[PROBLEM TO SOLVE] Set down every record exactly as it appears.
[Opening RECORDS FOR THIS TASK section]
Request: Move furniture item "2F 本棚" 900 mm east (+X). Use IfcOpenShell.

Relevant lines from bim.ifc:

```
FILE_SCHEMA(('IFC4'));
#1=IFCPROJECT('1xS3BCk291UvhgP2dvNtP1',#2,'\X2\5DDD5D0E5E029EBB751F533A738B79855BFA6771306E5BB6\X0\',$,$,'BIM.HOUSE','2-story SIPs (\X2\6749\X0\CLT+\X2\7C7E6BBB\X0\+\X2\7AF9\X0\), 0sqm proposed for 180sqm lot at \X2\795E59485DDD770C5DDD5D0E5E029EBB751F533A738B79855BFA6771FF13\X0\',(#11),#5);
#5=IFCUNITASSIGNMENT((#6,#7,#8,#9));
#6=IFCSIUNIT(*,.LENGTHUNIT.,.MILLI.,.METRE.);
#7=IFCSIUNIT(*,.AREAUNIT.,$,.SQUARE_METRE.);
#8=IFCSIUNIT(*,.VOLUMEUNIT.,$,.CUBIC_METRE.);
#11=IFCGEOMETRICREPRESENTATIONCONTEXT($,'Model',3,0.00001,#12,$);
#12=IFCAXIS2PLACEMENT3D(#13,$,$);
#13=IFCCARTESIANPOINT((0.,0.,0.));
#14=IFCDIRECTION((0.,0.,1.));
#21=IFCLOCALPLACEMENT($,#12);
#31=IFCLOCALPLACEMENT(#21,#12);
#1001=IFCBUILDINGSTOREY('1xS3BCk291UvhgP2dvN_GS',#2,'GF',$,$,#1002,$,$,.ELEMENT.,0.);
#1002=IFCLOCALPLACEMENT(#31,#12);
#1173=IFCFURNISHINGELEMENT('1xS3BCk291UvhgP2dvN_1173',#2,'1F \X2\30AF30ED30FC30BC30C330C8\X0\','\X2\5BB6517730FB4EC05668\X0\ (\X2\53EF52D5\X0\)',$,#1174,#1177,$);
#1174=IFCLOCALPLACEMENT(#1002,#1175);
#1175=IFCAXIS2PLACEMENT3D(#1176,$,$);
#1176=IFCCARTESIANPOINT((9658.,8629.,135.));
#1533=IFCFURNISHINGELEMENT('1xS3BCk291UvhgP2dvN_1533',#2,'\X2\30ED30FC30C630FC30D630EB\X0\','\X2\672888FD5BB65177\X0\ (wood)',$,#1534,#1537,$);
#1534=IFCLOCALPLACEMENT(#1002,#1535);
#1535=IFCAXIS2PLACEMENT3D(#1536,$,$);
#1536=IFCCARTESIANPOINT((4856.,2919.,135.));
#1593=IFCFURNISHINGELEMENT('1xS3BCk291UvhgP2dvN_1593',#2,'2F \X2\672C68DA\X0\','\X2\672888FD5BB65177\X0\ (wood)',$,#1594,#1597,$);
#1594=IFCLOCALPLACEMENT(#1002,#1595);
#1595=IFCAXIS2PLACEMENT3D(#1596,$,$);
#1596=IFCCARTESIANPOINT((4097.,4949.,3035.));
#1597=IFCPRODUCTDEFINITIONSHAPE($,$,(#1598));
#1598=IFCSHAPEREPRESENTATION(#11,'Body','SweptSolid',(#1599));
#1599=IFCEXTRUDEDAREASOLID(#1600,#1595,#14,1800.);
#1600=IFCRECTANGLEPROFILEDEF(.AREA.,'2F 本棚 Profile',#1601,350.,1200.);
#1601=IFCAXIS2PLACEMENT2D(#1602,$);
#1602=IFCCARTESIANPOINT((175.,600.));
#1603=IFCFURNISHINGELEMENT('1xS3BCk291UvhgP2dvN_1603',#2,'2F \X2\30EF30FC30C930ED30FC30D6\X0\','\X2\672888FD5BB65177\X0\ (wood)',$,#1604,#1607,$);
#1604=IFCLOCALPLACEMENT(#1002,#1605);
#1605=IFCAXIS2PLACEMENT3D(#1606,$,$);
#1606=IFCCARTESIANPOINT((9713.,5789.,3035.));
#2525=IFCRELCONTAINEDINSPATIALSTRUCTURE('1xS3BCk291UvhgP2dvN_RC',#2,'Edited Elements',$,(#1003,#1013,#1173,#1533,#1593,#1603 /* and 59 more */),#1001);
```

```python
import ifcopenshell
import ifcopenshell.api.geometry
import ifcopenshell.util.placement

model = ifcopenshell.open("bim.ifc")

item = model.by_guid("1xS3BCk291UvhgP2dvN_1593")
matrix = ifcopenshell.util.placement.get_local_placement(item.ObjectPlacement)
matrix[0, 3] += 900.0
ifcopenshell.api.geometry.edit_object_placement(model, product=item, matrix=matrix, is_si=False)

print(ifcopenshell.util.placement.get_local_placement(item.ObjectPlacement).round(3) + 0.0)

model.write("bim_updated.ifc")
```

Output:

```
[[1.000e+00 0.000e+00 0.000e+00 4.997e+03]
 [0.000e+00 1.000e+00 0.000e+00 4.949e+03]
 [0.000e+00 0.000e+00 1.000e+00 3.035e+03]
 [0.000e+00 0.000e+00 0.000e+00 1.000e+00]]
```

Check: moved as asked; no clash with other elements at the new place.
[Closing RECORDS FOR THIS TASK section]
[RESPONSE BOX]
Request: Move furniture item "2F 本棚" 900 mm east (+X). Use IfcOpenShell.

Relevant lines from bim.ifc:

```
FILE_SCHEMA(('IFC4'));
#1=IFCPROJECT('1xS3BCk291UvhgP2dvNtP1',#2,'\X2\5DDD5D0E5E029EBB751F533A738B79855BFA6771306E5BB6\X0\',$,$,'BIM.HOUSE','2-story SIPs (\X2\6749\X0\CLT+\X2\7C7E6BBB\X0\+\X2\7AF9\X0\), 0sqm proposed for 180sqm lot at \X2\795E59485DDD770C5DDD5D0E5E029EBB751F533A738B79855BFA6771FF13\X0\',(#11),#5);
#5=IFCUNITASSIGNMENT((#6,#7,#8,#9));
#6=IFCSIUNIT(*,.LENGTHUNIT.,.MILLI.,.METRE.);
#7=IFCSIUNIT(*,.AREAUNIT.,$,.SQUARE_METRE.);
#8=IFCSIUNIT(*,.VOLUMEUNIT.,$,.CUBIC_METRE.);
#11=IFCGEOMETRICREPRESENTATIONCONTEXT($,'Model',3,0.00001,#12,$);
#12=IFCAXIS2PLACEMENT3D(#13,$,$);
#13=IFCCARTESIANPOINT((0.,0.,0.));
#14=IFCDIRECTION((0.,0.,1.));
#21=IFCLOCALPLACEMENT($,#12);
#31=IFCLOCALPLACEMENT(#21,#12);
#1001=IFCBUILDINGSTOREY('1xS3BCk291UvhgP2dvN_GS',#2,'GF',$,$,#1002,$,$,.ELEMENT.,0.);
#1002=IFCLOCALPLACEMENT(#31,#12);
#1173=IFCFURNISHINGELEMENT('1xS3BCk291UvhgP2dvN_1173',#2,'1F \X2\30AF30ED30FC30BC30C330C8\X0\','\X2\5BB6517730FB4EC05668\X0\ (\X2\53EF52D5\X0\)',$,#1174,#1177,$);
#1174=IFCLOCALPLACEMENT(#1002,#1175);
#1175=IFCAXIS2PLACEMENT3D(#1176,$,$);
#1176=IFCCARTESIANPOINT((9658.,8629.,135.));
#1533=IFCFURNISHINGELEMENT('1xS3BCk291UvhgP2dvN_1533',#2,'\X2\30ED30FC30C630FC30D630EB\X0\','\X2\672888FD5BB65177\X0\ (wood)',$,#1534,#1537,$);
#1534=IFCLOCALPLACEMENT(#1002,#1535);
#1535=IFCAXIS2PLACEMENT3D(#1536,$,$);
#1536=IFCCARTESIANPOINT((4856.,2919.,135.));
#1593=IFCFURNISHINGELEMENT('1xS3BCk291UvhgP2dvN_1593',#2,'2F \X2\672C68DA\X0\','\X2\672888FD5BB65177\X0\ (wood)',$,#1594,#1597,$);
#1594=IFCLOCALPLACEMENT(#1002,#1595);
#1595=IFCAXIS2PLACEMENT3D(#1596,$,$);
#1596=IFCCARTESIANPOINT((4097.,4949.,3035.));
#1597=IFCPRODUCTDEFINITIONSHAPE($,$,(#1598));
#1598=IFCSHAPEREPRESENTATION(#11,'Body','SweptSolid',(#1599));
#1599=IFCEXTRUDEDAREASOLID(#1600,#1595,#14,1800.);
#1600=IFCRECTANGLEPROFILEDEF(.AREA.,'2F 本棚 Profile',#1601,350.,1200.);
#1601=IFCAXIS2PLACEMENT2D(#1602,$);
#1602=IFCCARTESIANPOINT((175.,600.));
#1603=IFCFURNISHINGELEMENT('1xS3BCk291UvhgP2dvN_1603',#2,'2F \X2\30EF30FC30C930ED30FC30D6\X0\','\X2\672888FD5BB65177\X0\ (wood)',$,#1604,#1607,$);
#1604=IFCLOCALPLACEMENT(#1002,#1605);
#1605=IFCAXIS2PLACEMENT3D(#1606,$,$);
#1606=IFCCARTESIANPOINT((9713.,5789.,3035.));
#2525=IFCRELCONTAINEDINSPATIALSTRUCTURE('1xS3BCk291UvhgP2dvN_RC',#2,'Edited Elements',$,(#1003,#1013,#1173,#1533,#1593,#1603 /* and 59 more */),#1001);
```

```python
import ifcopenshell
import ifcopenshell.api.geometry
import ifcopenshell.util.placement

model = ifcopenshell.open("bim.ifc")

item = model.by_guid("1xS3BCk291UvhgP2dvN_1593")
matrix = ifcopenshell.util.placement.get_local_placement(item.ObjectPlacement)
matrix[0, 3] += 900.0
ifcopenshell.api.geometry.edit_object_placement(model, product=item, matrix=matrix, is_si=False)

print(ifcopenshell.util.placement.get_local_placement(item.ObjectPlacement).round(3) + 0.0)

model.write("bim_updated.ifc")
```

Output:

```
[[1.000e+00 0.000e+00 0.000e+00 4.997e+03]
 [0.000e+00 1.000e+00 0.000e+00 4.949e+03]
 [0.000e+00 0.000e+00 1.000e+00 3.035e+03]
 [0.000e+00 0.000e+00 0.000e+00 1.000e+00]]
```

Check: moved as asked; no clash with other elements at the new place.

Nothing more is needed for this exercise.